(RECORDS PROVIDED):
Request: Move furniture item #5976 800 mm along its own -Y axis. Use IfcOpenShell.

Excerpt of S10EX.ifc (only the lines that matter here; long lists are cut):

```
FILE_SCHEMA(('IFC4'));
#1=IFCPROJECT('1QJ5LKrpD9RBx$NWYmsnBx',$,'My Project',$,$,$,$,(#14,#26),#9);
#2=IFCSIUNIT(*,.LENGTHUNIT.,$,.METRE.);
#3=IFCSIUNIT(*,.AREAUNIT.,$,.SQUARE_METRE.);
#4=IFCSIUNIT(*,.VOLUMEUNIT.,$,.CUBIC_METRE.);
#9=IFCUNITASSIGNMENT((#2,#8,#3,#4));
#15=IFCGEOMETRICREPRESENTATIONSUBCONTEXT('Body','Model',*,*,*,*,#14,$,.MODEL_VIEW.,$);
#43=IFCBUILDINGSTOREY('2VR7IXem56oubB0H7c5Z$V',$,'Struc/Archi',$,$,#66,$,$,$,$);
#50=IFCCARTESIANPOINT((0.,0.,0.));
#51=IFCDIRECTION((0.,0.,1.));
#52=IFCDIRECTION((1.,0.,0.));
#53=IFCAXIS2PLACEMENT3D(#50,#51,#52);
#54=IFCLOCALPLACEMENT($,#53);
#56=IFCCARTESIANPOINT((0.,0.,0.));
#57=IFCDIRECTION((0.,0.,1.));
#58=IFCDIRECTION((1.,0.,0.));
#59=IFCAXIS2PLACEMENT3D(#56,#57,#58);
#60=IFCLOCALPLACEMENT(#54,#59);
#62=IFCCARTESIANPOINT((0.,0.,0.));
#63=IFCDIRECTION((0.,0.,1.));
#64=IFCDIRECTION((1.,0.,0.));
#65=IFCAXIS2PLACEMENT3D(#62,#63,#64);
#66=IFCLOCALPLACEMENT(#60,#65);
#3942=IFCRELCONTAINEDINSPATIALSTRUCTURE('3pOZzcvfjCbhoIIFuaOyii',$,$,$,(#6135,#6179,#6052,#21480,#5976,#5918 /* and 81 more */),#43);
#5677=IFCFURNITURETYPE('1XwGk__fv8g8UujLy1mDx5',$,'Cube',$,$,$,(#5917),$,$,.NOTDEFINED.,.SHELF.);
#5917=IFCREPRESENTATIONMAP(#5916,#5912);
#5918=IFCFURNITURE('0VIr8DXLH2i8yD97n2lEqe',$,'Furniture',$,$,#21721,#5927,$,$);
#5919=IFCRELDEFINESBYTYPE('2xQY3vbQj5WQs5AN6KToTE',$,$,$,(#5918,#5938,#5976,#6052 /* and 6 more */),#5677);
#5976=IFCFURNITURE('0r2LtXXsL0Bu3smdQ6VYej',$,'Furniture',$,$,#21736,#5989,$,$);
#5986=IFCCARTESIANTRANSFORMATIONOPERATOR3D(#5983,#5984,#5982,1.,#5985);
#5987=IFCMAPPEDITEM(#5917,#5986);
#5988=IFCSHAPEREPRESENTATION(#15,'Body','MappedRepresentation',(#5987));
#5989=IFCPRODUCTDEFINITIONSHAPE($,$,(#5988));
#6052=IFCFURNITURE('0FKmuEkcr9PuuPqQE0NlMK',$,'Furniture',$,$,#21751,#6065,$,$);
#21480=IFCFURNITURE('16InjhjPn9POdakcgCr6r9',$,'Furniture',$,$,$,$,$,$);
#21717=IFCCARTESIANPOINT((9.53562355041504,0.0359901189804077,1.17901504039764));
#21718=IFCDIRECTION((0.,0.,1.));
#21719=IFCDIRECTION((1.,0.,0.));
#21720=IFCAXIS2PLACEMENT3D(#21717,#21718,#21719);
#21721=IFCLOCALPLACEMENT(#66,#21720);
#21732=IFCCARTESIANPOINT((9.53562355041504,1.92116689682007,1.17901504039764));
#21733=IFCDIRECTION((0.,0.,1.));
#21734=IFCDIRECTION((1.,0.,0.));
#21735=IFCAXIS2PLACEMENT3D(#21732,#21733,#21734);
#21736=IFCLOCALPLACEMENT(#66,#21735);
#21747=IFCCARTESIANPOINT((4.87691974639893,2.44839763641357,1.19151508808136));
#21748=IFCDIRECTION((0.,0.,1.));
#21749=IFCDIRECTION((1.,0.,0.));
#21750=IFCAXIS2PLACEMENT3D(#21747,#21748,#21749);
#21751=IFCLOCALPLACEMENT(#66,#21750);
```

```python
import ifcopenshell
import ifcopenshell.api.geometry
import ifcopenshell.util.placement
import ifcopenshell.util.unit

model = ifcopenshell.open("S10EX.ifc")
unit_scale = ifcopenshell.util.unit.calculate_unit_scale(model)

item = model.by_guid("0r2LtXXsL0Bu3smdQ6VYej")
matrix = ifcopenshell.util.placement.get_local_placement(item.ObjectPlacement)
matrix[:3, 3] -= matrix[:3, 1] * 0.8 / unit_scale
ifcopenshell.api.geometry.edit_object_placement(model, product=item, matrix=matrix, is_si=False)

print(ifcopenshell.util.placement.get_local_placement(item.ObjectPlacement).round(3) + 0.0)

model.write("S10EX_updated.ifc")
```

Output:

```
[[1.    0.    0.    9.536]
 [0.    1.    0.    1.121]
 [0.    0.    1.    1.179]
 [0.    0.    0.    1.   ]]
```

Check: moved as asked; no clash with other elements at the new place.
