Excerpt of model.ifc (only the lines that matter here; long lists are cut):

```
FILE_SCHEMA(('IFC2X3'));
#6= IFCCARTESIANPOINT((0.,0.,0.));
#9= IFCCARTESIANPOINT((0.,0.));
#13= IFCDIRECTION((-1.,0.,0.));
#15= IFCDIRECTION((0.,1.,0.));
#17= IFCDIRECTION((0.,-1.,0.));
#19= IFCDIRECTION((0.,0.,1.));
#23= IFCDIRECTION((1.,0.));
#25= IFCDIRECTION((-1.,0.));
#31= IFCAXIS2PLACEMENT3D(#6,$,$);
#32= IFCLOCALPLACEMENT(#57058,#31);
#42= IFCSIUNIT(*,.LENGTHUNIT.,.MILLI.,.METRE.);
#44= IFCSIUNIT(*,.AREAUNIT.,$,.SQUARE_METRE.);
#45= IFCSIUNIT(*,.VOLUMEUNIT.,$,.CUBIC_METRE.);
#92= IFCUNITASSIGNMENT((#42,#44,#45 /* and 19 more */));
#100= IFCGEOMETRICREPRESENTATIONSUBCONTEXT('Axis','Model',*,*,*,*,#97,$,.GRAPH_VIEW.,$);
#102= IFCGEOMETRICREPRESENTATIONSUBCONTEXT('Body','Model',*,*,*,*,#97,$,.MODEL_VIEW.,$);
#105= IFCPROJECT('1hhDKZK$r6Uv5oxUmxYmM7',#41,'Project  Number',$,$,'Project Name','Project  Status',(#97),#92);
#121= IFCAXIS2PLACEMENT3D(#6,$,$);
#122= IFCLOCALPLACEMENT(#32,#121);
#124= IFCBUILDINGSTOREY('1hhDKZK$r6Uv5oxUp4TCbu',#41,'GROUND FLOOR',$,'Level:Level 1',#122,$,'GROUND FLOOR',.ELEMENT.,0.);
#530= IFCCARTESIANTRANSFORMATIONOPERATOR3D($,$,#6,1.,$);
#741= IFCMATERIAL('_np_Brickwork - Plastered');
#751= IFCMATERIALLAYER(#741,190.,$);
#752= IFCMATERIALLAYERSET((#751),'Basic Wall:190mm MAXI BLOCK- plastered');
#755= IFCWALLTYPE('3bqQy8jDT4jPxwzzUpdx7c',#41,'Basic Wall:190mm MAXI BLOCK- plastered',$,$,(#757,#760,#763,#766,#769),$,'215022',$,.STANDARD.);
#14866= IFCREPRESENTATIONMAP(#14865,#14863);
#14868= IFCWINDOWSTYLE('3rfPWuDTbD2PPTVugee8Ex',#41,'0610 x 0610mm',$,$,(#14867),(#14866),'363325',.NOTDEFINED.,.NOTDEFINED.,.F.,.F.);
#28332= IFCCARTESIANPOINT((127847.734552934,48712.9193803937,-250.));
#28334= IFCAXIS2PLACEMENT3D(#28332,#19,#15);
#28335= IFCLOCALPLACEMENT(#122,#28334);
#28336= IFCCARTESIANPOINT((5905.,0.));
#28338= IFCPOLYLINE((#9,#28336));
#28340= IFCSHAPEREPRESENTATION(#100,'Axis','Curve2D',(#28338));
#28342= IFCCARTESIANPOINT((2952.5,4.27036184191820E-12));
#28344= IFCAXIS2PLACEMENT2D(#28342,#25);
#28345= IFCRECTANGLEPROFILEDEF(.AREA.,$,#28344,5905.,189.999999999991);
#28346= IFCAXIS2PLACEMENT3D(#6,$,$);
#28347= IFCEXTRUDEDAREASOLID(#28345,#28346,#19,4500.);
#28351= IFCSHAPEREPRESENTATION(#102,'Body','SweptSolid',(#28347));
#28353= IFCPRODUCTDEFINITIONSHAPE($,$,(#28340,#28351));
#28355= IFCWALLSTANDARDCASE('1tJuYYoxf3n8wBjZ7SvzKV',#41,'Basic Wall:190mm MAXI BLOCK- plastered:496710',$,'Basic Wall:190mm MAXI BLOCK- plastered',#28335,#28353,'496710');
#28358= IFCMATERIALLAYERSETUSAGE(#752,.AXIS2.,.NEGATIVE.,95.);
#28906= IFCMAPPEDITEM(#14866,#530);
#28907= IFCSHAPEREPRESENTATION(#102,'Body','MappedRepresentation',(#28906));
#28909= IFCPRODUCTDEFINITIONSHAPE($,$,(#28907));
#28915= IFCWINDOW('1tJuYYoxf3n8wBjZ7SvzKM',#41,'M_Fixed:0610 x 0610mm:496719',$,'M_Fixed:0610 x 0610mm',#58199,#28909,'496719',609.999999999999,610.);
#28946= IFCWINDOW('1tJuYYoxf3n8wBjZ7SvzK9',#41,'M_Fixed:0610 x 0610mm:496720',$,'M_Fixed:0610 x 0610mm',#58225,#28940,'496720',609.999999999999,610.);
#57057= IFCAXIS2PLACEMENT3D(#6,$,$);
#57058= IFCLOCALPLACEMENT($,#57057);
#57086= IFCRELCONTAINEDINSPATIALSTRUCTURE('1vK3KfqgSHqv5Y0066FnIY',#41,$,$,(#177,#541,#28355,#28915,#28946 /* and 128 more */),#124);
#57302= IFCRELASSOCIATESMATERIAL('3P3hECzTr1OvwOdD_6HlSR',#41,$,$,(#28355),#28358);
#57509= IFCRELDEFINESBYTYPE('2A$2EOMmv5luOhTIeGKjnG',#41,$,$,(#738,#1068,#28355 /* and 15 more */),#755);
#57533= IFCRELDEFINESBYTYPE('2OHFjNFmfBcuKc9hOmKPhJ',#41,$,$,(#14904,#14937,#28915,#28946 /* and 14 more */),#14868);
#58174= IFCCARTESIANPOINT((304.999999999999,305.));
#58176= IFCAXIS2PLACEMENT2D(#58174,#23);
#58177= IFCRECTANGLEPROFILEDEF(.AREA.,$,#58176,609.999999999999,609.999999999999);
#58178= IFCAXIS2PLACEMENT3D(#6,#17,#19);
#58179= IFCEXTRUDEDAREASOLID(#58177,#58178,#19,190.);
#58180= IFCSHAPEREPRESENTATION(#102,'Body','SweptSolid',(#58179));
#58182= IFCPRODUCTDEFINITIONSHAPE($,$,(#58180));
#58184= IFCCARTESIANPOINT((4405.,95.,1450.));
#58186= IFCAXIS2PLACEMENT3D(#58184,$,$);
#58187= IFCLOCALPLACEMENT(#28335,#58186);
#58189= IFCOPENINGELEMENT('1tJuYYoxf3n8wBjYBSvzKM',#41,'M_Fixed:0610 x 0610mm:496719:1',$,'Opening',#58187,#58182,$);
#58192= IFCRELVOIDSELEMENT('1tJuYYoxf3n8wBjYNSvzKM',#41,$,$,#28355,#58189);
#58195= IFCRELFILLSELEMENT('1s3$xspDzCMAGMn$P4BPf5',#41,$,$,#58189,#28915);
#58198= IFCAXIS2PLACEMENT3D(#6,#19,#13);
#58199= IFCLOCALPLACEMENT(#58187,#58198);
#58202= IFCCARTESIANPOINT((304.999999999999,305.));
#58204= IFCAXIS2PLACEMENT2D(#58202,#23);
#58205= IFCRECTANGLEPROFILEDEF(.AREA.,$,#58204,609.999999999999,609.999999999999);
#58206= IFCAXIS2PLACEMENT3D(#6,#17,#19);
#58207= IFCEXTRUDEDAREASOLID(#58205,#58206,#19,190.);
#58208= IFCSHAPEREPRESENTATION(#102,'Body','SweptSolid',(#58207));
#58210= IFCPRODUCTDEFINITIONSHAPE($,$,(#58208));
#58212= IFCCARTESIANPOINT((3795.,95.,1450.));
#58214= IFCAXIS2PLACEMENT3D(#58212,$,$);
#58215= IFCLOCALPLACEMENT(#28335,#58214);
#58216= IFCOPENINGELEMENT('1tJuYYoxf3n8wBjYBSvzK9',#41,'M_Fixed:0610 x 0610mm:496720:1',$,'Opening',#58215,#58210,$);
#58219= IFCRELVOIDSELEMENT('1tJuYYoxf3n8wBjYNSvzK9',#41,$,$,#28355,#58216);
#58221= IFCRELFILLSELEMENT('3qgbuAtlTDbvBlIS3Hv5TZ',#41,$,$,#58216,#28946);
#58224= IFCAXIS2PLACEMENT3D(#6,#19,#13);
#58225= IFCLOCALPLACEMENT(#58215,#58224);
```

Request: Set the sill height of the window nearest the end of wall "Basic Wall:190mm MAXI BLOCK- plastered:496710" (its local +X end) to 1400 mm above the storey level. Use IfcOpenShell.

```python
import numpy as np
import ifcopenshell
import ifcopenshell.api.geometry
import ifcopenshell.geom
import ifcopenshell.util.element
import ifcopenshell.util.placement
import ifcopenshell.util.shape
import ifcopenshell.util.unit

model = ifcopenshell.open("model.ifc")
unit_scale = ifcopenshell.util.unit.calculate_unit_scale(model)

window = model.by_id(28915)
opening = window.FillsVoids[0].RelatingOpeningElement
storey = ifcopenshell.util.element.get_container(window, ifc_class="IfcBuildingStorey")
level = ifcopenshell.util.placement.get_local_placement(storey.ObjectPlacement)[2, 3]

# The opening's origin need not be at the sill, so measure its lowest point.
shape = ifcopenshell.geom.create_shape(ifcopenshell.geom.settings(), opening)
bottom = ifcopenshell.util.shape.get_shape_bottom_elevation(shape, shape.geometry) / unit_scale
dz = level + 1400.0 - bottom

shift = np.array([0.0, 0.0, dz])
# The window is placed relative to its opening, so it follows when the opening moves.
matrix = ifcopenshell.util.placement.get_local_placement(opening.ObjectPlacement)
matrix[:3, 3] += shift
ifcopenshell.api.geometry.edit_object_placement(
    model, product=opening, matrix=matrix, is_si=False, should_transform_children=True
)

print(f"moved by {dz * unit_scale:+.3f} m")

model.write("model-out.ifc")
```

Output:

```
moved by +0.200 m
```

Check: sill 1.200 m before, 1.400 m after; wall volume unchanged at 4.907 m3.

==

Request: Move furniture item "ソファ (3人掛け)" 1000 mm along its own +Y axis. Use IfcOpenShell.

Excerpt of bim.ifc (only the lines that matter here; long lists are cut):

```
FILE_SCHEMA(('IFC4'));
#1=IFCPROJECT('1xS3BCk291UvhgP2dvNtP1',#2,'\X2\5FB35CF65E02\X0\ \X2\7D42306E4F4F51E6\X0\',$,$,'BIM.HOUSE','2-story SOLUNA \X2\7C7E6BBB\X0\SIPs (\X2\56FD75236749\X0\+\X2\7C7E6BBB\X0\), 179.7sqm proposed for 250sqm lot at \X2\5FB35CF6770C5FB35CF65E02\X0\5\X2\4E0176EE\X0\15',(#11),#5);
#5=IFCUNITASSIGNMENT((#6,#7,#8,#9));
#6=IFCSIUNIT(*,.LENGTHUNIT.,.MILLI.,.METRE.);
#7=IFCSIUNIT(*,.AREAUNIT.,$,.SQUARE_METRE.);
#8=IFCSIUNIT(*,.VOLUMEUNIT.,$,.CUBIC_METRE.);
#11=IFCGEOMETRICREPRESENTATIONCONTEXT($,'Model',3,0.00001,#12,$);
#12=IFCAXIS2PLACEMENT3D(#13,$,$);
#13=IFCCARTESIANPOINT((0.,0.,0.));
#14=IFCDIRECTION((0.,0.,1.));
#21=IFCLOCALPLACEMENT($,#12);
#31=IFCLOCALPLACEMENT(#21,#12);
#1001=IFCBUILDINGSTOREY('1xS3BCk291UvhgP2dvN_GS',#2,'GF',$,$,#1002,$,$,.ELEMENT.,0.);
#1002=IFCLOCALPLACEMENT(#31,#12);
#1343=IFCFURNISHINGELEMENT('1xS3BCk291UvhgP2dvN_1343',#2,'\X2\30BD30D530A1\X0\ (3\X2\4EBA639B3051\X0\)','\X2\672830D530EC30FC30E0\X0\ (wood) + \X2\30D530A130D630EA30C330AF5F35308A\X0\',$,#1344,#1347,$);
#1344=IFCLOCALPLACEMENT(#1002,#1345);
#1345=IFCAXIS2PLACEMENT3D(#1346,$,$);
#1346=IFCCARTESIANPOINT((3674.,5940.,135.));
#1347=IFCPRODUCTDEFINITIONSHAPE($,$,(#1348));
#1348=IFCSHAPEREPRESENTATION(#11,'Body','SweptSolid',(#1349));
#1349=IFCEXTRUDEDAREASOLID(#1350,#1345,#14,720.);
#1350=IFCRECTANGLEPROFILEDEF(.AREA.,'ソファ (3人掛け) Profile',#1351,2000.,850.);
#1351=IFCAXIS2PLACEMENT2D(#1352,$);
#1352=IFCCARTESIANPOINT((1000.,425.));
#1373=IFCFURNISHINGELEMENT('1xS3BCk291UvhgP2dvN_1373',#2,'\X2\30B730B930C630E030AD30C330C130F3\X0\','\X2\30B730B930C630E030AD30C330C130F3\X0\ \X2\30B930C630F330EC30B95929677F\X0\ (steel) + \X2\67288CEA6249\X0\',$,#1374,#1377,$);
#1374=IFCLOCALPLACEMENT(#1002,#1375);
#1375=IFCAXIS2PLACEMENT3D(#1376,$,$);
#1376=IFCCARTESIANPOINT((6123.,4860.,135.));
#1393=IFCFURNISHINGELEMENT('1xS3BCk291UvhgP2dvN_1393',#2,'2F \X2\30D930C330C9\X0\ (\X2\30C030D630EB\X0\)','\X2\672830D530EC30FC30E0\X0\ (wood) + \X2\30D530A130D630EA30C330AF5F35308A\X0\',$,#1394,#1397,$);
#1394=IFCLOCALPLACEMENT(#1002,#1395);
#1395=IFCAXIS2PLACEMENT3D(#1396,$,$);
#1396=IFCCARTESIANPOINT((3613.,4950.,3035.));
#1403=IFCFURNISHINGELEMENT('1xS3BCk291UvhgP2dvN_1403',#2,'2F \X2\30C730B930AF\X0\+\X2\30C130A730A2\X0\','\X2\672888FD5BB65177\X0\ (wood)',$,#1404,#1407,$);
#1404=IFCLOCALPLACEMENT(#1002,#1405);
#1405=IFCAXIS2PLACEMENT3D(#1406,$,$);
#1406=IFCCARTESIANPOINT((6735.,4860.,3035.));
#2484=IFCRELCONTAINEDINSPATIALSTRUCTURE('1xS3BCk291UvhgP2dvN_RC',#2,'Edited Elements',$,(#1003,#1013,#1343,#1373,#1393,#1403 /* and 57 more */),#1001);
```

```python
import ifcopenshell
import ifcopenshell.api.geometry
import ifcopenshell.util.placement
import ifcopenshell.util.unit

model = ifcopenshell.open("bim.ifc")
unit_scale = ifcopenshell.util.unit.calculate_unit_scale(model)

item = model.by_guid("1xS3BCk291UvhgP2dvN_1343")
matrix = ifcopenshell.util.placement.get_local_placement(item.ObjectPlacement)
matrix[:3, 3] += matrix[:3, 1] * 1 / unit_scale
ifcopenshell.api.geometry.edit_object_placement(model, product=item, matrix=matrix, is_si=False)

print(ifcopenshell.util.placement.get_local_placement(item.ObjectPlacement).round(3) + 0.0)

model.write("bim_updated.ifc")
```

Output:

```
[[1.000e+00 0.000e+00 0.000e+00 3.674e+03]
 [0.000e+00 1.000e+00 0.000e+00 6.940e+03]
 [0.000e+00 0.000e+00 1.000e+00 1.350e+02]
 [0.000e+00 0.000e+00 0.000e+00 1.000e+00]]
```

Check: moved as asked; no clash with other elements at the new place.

(YOUR ASSIGNMENT): Check each line above for the string "IFCUNITASSIGNMENT" and show the ones that have it.

(SOLVED EXERCISE):
#9=IFCUNITASSIGNMENT((#2,#8,#3,#4));
#92= IFCUNITASSIGNMENT((#42,#44,#45 /* and 19 more */));
#5=IFCUNITASSIGNMENT((#6,#7,#8,#9));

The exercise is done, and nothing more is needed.